7 Now....One is doing the Youth Bogs


----------



## phreebsd (Dec 16, 2004)

Not bad.. what's the bike lineup?


----------



## Bootlegger (Dec 18, 2008)

phreebsd said:


> Not bad.. what's the bike lineup?



3 Brute 750's
300 Honda in the Youth Class
1 800 Can-AM
660 Grizzly
1 Yamaha Kodiak 450 with a stroker motor is in it....you have to have security clearance to know the real CC's. :rockn:


----------



## JWMullins79 (Dec 18, 2008)

Bootlegger said:


> Yes....Donna made those. I would recommend her for any shirts. Her prices were great as well. She also makes stickers. She was the only one who would even talk to me since i was not ordering 24 or more shirts. The MaD Motorsports graphic on the back above our last name.....she was the only one who could do it like i wanted it. The quality was A1. I am sending mine back to her so she can put Mud-Throwers.com on the Left sleeve.
> 
> Thanks


 
Yea Lindsey had her do some embrodery on the bags she gave the bridesmaids for our wedding. Donna does excellent work, and I assure you that you will not meet 2 nicer people than Bradon and Donna. I been over to their house a couple times, great people.


----------



## Bootlegger (Dec 18, 2008)

Thats who Polris425 should have so the MIMB shirts...


----------



## JWMullins79 (Dec 18, 2008)

Yea, they would look great, not sure what she runs on her prices doing stuff like that, but could make a couple phone calls and find out. I got both their numbers (I think, I know I got Brandon's) and if nothing else, can stop by their house. Plannin on headin that way on Saturday anyhow if everything goes right.


----------



## beavel (Jan 8, 2009)

phreebsd said:


> the bumper color has grown on me as well. i was going to order the black bumper that comes with the blue brute but i kinda like my dark grrn fromt bumper. I've got some nice gashes in it tough. HL bumper would still look good on there.
> Might put it on the list for future addition.

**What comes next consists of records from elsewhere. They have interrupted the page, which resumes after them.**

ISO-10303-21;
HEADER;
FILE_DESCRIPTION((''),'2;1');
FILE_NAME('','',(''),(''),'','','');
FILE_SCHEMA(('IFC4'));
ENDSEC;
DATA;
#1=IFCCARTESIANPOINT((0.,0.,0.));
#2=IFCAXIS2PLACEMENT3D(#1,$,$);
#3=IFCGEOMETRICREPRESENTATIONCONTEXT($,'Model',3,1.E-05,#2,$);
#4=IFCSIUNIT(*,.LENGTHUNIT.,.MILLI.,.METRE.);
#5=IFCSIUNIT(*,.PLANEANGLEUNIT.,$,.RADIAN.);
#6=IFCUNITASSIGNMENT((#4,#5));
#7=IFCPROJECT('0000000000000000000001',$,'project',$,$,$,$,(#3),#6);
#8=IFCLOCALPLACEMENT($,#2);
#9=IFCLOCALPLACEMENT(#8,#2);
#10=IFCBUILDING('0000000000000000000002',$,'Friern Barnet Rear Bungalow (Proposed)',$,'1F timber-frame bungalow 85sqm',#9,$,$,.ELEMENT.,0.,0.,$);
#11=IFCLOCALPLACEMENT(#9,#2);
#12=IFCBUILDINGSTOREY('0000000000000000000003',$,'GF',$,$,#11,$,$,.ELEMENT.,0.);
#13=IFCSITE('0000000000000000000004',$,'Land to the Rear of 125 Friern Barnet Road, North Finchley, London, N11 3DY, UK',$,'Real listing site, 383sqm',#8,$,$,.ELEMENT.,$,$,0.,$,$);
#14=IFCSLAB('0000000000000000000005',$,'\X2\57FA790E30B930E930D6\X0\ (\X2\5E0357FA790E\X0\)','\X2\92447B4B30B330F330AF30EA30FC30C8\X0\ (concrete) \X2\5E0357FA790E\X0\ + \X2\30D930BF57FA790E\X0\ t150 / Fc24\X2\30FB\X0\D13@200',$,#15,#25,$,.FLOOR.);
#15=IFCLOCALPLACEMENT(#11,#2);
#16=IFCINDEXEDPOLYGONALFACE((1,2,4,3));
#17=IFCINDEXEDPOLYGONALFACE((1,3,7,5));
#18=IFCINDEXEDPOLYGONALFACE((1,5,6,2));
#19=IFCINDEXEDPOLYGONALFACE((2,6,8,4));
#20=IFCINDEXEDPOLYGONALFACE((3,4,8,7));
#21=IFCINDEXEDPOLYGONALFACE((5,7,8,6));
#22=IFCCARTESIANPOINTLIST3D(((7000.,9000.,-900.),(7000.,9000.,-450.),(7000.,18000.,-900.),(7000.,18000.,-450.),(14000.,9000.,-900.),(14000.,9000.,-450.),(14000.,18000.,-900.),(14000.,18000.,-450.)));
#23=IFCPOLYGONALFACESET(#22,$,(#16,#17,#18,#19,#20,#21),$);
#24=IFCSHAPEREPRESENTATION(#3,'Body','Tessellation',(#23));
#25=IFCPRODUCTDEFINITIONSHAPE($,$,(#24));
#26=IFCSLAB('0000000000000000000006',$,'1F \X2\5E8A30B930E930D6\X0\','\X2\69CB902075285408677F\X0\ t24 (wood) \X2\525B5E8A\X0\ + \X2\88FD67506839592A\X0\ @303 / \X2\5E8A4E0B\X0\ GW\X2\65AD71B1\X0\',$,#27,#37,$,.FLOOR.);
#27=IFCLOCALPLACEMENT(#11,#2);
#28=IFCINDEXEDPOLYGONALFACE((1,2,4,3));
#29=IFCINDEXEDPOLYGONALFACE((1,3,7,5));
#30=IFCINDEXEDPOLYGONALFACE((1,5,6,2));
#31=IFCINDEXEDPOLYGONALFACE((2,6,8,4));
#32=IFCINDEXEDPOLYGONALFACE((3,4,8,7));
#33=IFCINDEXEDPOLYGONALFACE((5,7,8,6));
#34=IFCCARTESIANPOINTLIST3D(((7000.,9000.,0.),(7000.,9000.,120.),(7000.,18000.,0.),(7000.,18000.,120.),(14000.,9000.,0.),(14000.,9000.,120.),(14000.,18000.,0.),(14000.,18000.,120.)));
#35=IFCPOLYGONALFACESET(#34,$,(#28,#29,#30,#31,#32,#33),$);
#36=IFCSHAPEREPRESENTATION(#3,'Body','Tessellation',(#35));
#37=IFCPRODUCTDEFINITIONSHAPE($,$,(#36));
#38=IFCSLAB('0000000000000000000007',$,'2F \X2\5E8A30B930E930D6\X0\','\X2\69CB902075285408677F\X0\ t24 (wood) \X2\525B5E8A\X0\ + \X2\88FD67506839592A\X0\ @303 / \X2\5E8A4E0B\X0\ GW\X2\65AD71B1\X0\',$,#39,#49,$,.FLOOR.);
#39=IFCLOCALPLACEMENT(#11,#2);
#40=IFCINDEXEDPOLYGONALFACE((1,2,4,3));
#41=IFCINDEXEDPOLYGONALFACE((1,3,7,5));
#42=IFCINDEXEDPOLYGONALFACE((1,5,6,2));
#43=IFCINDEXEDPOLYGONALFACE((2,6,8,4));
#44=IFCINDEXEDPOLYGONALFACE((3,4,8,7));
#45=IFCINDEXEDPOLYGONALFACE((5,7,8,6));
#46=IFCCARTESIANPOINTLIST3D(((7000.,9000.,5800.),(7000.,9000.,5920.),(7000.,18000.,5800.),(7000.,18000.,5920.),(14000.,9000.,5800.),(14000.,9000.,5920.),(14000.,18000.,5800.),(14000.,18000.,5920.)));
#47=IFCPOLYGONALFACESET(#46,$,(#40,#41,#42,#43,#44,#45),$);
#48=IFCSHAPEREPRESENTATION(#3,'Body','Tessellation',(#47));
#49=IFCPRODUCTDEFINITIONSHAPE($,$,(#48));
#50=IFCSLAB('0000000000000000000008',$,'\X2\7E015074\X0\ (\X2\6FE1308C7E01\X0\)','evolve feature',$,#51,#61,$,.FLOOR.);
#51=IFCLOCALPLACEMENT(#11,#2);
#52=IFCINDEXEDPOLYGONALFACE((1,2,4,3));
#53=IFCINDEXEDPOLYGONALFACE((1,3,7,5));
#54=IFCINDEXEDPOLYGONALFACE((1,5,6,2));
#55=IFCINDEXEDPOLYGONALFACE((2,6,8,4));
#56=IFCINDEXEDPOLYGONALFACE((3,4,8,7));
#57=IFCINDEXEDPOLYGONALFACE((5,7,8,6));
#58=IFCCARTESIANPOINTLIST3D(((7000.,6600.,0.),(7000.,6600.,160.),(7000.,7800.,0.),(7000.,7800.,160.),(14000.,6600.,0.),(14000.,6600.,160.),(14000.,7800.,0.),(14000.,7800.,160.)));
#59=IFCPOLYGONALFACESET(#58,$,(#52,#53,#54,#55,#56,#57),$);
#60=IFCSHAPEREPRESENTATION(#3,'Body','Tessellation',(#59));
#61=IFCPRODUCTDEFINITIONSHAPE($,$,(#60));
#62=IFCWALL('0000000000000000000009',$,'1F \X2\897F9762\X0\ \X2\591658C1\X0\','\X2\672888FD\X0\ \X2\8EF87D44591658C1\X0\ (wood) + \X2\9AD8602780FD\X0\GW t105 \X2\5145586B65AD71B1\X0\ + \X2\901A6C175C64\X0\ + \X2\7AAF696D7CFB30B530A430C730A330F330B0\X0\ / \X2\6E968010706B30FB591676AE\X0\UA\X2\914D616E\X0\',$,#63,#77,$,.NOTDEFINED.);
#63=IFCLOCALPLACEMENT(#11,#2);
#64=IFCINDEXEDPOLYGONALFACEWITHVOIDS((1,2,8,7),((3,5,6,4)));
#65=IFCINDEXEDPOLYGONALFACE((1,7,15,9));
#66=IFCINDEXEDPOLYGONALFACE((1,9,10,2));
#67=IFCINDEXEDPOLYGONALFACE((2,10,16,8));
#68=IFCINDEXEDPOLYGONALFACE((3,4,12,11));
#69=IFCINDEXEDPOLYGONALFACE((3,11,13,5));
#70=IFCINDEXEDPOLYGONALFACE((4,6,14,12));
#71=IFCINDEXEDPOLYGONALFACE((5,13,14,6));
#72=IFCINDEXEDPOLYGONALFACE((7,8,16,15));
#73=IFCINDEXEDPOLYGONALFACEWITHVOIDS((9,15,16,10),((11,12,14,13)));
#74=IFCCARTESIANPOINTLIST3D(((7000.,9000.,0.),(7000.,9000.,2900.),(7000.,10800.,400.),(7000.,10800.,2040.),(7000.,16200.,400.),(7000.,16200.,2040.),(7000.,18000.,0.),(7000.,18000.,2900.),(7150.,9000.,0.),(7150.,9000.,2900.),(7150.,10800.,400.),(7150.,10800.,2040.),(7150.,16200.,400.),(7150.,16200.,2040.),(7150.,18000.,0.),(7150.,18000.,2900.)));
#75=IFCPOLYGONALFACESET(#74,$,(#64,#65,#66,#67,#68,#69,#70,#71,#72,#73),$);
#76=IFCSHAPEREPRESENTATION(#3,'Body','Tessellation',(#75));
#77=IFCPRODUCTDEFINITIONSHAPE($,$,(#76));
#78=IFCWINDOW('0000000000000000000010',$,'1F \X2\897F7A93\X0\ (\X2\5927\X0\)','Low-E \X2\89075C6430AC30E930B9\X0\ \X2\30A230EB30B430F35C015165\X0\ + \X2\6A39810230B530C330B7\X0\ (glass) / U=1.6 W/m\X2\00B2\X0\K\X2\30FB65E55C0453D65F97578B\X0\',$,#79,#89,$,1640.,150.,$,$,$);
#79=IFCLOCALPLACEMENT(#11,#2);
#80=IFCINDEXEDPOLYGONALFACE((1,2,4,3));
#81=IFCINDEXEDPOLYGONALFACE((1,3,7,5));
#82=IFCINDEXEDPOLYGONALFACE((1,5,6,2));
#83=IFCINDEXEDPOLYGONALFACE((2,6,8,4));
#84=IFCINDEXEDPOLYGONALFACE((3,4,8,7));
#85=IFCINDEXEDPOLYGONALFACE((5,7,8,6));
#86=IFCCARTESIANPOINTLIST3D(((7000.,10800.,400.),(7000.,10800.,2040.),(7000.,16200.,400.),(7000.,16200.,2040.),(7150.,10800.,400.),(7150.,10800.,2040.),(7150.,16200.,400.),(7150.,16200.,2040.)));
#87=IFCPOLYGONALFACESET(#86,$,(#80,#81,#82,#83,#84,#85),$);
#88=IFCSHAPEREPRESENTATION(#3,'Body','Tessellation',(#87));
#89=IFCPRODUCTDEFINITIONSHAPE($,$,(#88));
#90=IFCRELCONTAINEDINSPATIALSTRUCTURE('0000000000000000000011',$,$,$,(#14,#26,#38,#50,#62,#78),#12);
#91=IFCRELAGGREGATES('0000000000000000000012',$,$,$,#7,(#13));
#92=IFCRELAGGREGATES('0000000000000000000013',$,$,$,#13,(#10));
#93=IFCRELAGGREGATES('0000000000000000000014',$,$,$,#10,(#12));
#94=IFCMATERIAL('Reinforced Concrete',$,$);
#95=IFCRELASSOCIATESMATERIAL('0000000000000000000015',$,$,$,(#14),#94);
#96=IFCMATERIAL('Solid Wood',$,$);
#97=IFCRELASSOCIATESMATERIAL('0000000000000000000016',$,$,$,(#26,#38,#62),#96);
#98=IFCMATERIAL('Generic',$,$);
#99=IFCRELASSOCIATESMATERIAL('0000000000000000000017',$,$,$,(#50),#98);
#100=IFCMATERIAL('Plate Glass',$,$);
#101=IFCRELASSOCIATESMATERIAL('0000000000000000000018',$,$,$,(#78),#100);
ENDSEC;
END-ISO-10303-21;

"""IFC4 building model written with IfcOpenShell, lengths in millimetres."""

from ifc_helpers import new_model, si_unit, frame, frame_2d, origin, place, context, project, spatial, rectangle, extrude, material, element, fill, save


model = new_model("IFC4")

# Units and contexts
model_context = context("Model", 3, precision=1e-05, world=origin())
ifc_project = project(units=[si_unit("LENGTHUNIT", "METRE", prefix="MILLI"), si_unit("PLANEANGLEUNIT", "RADIAN")], contexts=[model_context])

# Site, building, storey
site_placement = place(None, origin())
site = spatial("IfcSite", under=ifc_project, at=site_placement, Name="Land to the Rear of 125 Friern Barnet Road, North Finchley, London, N11 3DY, UK", ObjectType="Real listing site, 383sqm", CompositionType="ELEMENT", RefElevation=0.0)
building_placement = place(site_placement, origin())
building = spatial("IfcBuilding", under=site, at=building_placement, Name="Friern Barnet Rear Bungalow (Proposed)", ObjectType="1F timber-frame bungalow 85sqm", CompositionType="ELEMENT", ElevationOfRefHeight=0.0, ElevationOfTerrain=0.0)
storey_placement = place(building_placement, origin())
storey = spatial("IfcBuildingStorey", under=building, at=storey_placement, Name="GF", CompositionType="ELEMENT", Elevation=0.0)

# Slabs
ifc_material_1 = material(Name="Reinforced Concrete")
slab_1_placement = place(storey_placement, frame((3500.0, 4500.0, -450.0)))
element("IfcSlab", 1, at=slab_1_placement, inside=storey, material=ifc_material_1, Name="基礎スラブ (布基礎)", Description="鉄筋コンクリート (concrete) 布基礎 + ベタ基礎 t150 / Fc24・D13@200", PredefinedType="FLOOR", context=model_context, shape_type="SweptSolid", body=[
    extrude(rectangle(XDim=7000.0, YDim=9000.0, at=frame_2d((3500.0, 4500.0))), frame((3500.0, 4500.0, -450.0)), (0.0, 0.0, 1.0), 450.0),
])
ifc_material_2 = material(Name="Solid Wood")
slab_2_placement = place(storey_placement, frame((3500.0, 4500.0, 0.0)))
element("IfcSlab", 2, at=slab_2_placement, inside=storey, material=ifc_material_2, Name="1F 床スラブ", Description="構造用合板 t24 (wood) 剛床 + 製材根太 @303 / 床下 GW断熱", PredefinedType="FLOOR", context=model_context, shape_type="SweptSolid", body=[
    extrude(rectangle(XDim=7000.0, YDim=9000.0, at=frame_2d((3500.0, 4500.0))), frame((3500.0, 4500.0, 0.0)), (0.0, 0.0, 1.0), 120.0),
])
slab_3_placement = place(storey_placement, frame((3500.0, 4500.0, 2900.0)))
element("IfcSlab", 3, at=slab_3_placement, inside=storey, material=ifc_material_2, Name="2F 床スラブ", Description="構造用合板 t24 (wood) 剛床 + 製材根太 @303 / 床下 GW断熱", PredefinedType="FLOOR", context=model_context, shape_type="SweptSolid", body=[
    extrude(rectangle(XDim=7000.0, YDim=9000.0, at=frame_2d((3500.0, 4500.0))), frame((3500.0, 4500.0, 2900.0)), (0.0, 0.0, 1.0), 120.0),
])
ifc_material_3 = material(Name="Generic")
slab_4_placement = place(storey_placement, frame((3500.0, 3300.0, 0.0)))
element("IfcSlab", 4, at=slab_4_placement, inside=storey, material=ifc_material_3, Name="縁側 (濡れ縁)", Description="evolve feature", PredefinedType="FLOOR", context=model_context, shape_type="SweptSolid", body=[
    extrude(rectangle(XDim=7000.0, YDim=1200.0, at=frame_2d((3500.0, 600.0))), frame((3500.0, 3300.0, 0.0)), (0.0, 0.0, 1.0), 160.0),
])

# Shared definitions
ifc_material_4 = material(Name="Plate Glass")

# Wall, opening, window
wall_1_placement = place(storey_placement, frame((3500.0, 4500.0, 0.0)))
wall_1 = element("IfcWall", 5, at=wall_1_placement, inside=storey, material=ifc_material_2, Name="1F 西面 外壁", Description="木製 軸組外壁 (wood) + 高性能GW t105 充填断熱 + 通気層 + 窯業系サイディング / 準耐火・外皮UA配慮", PredefinedType="NOTDEFINED", context=model_context, shape_type="SweptSolid", body=[
    extrude(rectangle(XDim=150.0, YDim=9000.0, at=frame_2d((75.0, 4500.0))), frame((3500.0, 4500.0, 0.0)), (0.0, 0.0, 1.0), 2900.0),
])
opening_1_placement = place(storey_placement, frame((3500.0, 5400.0, 200.0)))
opening_1 = element("IfcOpeningElement", 6, at=opening_1_placement, cuts=wall_1, PredefinedType="NOTDEFINED", context=model_context, shape_type="SweptSolid", body=[
    extrude(rectangle(XDim=150.0, YDim=5400.0, at=frame_2d((75.0, 2700.0))), frame((3500.0, 5400.0, 200.0)), (0.0, 0.0, 1.0), 1640.0),
])
window_1_placement = place(storey_placement, frame((3500.0, 5400.0, 200.0)))
window_1 = element("IfcWindow", 7, at=window_1_placement, inside=storey, material=ifc_material_4, Name="1F 西窓 (大)", Description="Low-E 複層ガラス アルゴン封入 + 樹脂サッシ (glass) / U=1.6 W/m²K・日射取得型", OverallHeight=1640.0, OverallWidth=150.0, context=model_context, shape_type="SweptSolid", body=[
    extrude(rectangle(XDim=150.0, YDim=5400.0, at=frame_2d((75.0, 2700.0))), frame((3500.0, 5400.0, 200.0)), (0.0, 0.0, 1.0), 1640.0),
])
fill(opening_1, window_1)

save(model, "model.ifc")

I took my front grill off and cut out the honey comb grill so it has a more open look in the front end like the 07's. I personally love the look of it, and it makes it much easier to get at the rad on the trail if it needs a cleaning.


----------



## jksimpson (Jan 6, 2009)

getting my shirt monday boot donna called me today and its on its way...


----------



## Bootlegger (Dec 18, 2008)

jksimpson said:


> getting my shirt monday boot donna called me today and its on its way...


Sounds Good Justin....We will have a good year...:rockn:


----------